Core Java

Building Circuit Breakers in Spring Boot with Resilience4j

In distributed systems, failures are expected. Services can become slow, unavailable, or completely unresponsive due to network issues, overload, or downstream dependencies. A circuit breaker helps us design systems that fail gracefully instead of cascading failures across our architecture. This guide demonstrates how to implement a circuit breaker using Resilience4j.

1. Understanding Circuit Breakers in Distributed Architectures

A circuit breaker is a design pattern used to detect failures and prevent cascading outages in distributed systems. It wraps calls to remote services and monitors their success or failure rates. When failures exceed a defined threshold, the circuit “opens,” preventing further calls and allowing the system to recover gracefully.

This pattern is essential in microservices architectures, where one failing service can easily bring down others if not properly isolated. By short-circuiting calls when a system is unhealthy, circuit breakers reduce latency, prevent resource exhaustion, and improve overall system stability.

1.1 Design Principles Behind a Circuit Breaker

A good circuit breaker implementation should:

  • Detect failures based on configurable thresholds.
  • Transition between states predictably.
  • Allow controlled recovery attempts.
  • Provide observability and metrics.
  • Be non-blocking and efficient.

These principles are exactly what Resilience4j implements.

1.2 Circuit Breaker States and Lifecycle

A circuit breaker operates using three primary states:

  • CLOSED: All requests are allowed, and failures are monitored
  • OPEN: Requests are blocked immediately to prevent further damage
  • HALF_OPEN: A limited number of requests are allowed to test recovery

These transitions are based on failure rates, wait durations, and configured thresholds. Understanding this lifecycle helps you properly tune your application behaviour.

2. Building a Circuit Breaker with Resilience4j

Resilience4j provides both annotation-based and programmatic approaches for implementing circuit breakers. It integrates seamlessly with Spring Boot and eliminates the need to manually manage states and failure tracking.

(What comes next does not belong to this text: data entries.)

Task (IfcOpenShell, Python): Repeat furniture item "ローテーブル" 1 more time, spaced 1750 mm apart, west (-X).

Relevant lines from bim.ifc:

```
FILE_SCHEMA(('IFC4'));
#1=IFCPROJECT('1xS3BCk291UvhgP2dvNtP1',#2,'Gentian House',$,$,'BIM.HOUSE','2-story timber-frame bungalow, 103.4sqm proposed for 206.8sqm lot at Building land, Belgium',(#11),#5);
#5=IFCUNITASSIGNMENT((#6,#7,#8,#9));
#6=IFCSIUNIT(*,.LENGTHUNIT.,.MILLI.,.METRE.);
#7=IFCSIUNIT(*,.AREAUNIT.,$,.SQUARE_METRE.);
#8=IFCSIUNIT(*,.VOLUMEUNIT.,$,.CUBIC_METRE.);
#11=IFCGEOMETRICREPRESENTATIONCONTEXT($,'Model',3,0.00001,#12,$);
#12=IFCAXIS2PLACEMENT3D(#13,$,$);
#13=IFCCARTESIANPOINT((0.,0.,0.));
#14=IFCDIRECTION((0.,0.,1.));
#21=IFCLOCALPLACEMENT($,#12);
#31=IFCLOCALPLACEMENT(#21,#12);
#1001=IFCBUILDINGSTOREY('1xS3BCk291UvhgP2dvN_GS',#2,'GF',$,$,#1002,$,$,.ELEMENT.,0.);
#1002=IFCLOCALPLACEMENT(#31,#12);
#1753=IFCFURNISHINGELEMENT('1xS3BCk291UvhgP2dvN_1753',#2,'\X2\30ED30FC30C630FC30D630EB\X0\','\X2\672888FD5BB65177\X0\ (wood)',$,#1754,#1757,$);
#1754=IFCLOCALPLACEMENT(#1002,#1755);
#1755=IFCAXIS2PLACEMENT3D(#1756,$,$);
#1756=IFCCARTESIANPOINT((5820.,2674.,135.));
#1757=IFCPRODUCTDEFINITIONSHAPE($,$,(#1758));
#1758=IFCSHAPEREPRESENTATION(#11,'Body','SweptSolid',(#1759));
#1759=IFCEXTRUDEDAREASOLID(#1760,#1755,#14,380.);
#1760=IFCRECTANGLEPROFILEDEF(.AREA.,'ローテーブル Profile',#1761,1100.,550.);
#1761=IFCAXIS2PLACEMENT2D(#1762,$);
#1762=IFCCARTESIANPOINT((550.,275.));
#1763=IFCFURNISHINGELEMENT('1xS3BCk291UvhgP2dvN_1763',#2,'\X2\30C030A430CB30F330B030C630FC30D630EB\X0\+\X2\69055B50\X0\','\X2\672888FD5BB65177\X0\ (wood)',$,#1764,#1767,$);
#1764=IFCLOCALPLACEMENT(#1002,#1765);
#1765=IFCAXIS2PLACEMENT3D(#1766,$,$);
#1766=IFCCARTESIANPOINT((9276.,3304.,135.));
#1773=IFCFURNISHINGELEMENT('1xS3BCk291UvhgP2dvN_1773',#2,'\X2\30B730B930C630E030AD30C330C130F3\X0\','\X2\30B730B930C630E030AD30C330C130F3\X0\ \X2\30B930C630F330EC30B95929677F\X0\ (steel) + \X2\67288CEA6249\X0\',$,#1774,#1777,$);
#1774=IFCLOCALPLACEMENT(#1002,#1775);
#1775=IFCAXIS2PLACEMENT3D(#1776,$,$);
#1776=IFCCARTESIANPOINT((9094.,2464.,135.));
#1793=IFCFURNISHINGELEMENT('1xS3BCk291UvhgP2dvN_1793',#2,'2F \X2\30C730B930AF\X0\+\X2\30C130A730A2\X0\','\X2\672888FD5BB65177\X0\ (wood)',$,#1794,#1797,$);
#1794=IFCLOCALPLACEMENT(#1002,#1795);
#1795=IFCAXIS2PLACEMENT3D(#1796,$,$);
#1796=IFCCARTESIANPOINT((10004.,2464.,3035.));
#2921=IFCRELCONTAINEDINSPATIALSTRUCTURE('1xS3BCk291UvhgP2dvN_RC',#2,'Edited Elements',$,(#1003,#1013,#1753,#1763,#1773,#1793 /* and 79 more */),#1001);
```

```python
import numpy as np
import ifcopenshell
import ifcopenshell.api.geometry
import ifcopenshell.api.root
import ifcopenshell.util.element
import ifcopenshell.util.placement
import ifcopenshell.util.unit

model = ifcopenshell.open("bim.ifc")
unit_scale = ifcopenshell.util.unit.calculate_unit_scale(model)


def reuse_history(source, copy):
    """copy_class also copies each property set's owner history, people and application; keep the originals."""
    for rel in copy.IsDefinedBy:
        if rel.is_a("IfcRelDefinesByProperties") and (history := rel.RelatingPropertyDefinition.OwnerHistory):
            rel.RelatingPropertyDefinition.OwnerHistory = source.OwnerHistory
            ifcopenshell.util.element.remove_deep2(model, history)


source = model.by_guid("1xS3BCk291UvhgP2dvN_1753")
base = ifcopenshell.util.placement.get_local_placement(source.ObjectPlacement)
step = np.array([-1.0, 0.0, 0.0]) * 1.75 / unit_scale

for i in range(1, 2):
    copy = ifcopenshell.api.root.copy_class(model, product=source)
    copy.Representation = ifcopenshell.util.element.copy_deep(
        model, source.Representation, exclude=["IfcGeometricRepresentationContext", "IfcRepresentationMap"]
    )
    reuse_history(source, copy)
    matrix = base.copy()
    matrix[:3, 3] += i * step
    print("added at", matrix[:3, 3].round(3) + 0.0)
    ifcopenshell.api.geometry.edit_object_placement(model, product=copy, matrix=matrix, is_si=False)

model.write("bim_rev.ifc")
```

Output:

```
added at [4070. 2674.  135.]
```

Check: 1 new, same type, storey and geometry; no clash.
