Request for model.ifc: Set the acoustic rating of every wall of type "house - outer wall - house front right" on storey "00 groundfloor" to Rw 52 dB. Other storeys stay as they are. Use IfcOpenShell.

First a look at what the model holds.

```python
import ifcopenshell
import ifcopenshell.util.element

model = ifcopenshell.open("model.ifc")
print(model.schema)
storey = next(s for s in model.by_type("IfcBuildingStorey") if s.Name == "00 groundfloor")
walls = [e for e in ifcopenshell.util.element.get_decomposition(storey) if e.is_a("IfcWall")]
seen = {}
for e in walls:
    element_type = ifcopenshell.util.element.get_type(e)
    key = (element_type.Name if element_type != e and element_type else None, ifcopenshell.util.element.get_pset(e, "Pset_WallCommon", "AcousticRating"))
    seen[key] = seen.get(key, 0) + 1
for (name, value), count in sorted(seen.items(), key=str):
    print(count, "x", name, "|", value)
```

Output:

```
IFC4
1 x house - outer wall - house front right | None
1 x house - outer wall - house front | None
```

```python
import ifcopenshell
import ifcopenshell.api.pset
import ifcopenshell.util.element

model = ifcopenshell.open("model.ifc")

storey = next(s for s in model.by_type("IfcBuildingStorey") if s.Name == "00 groundfloor")
walls = [e for e in ifcopenshell.util.element.get_decomposition(storey) if e.is_a("IfcWall")]

count = 0
for e in walls:
    element_type = ifcopenshell.util.element.get_type(e)
    if element_type in (None, e) or element_type.Name != "house - outer wall - house front right":
        continue
    # add_pset returns the element's existing set when there is one.
    pset = ifcopenshell.api.pset.add_pset(model, product=e, name="Pset_WallCommon")
    ifcopenshell.api.pset.edit_pset(model, pset=pset, properties={"AcousticRating": "Rw 52 dB"})
    count += 1

print(count, "walls updated")

model.write("model_edited.ifc")
```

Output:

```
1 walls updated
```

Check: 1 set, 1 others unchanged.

Project Dependencies (pom.xml)

        <dependency>
            <groupId>org.springframework.boot</groupId>
            <artifactId>spring-boot-starter-actuator</artifactId>
        </dependency>
        <dependency>
            <groupId>org.springframework.boot</groupId>
            <artifactId>spring-boot-starter-web</artifactId>
        </dependency>
        <dependency>
            <groupId>io.github.resilience4j</groupId>
            <artifactId>resilience4j-spring-boot3</artifactId>
        </dependency>
        <dependency>
            <groupId>org.springframework.boot</groupId>
            <artifactId>spring-boot-starter-aop</artifactId>
        </dependency>

These dependencies enable Resilience4j features, monitoring through Actuator, and annotation-based interception using AOP.

Basic Circuit Breaker Configuration (application.yml)

spring:
  application:
    name: resilience4j-spring-boot-app

management:
  endpoints:
    web:
      exposure:
        include: health,info,metrics

resilience4j:
  circuitbreaker:
    instances:
      externalService:
        registerHealthIndicator: true
        slidingWindowSize: 10
        minimumNumberOfCalls: 5
        failureRateThreshold: 50
        waitDurationInOpenState: 10s
        permittedNumberOfCallsInHalfOpenState: 3
        automaticTransitionFromOpenToHalfOpenEnabled: true

The management.endpoints.web.exposure.include section enables key Actuator endpoints such as health, info, and metrics. These endpoints provide visibility into our application’s runtime behaviour and are useful for monitoring the state of our circuit breakers and overall system health.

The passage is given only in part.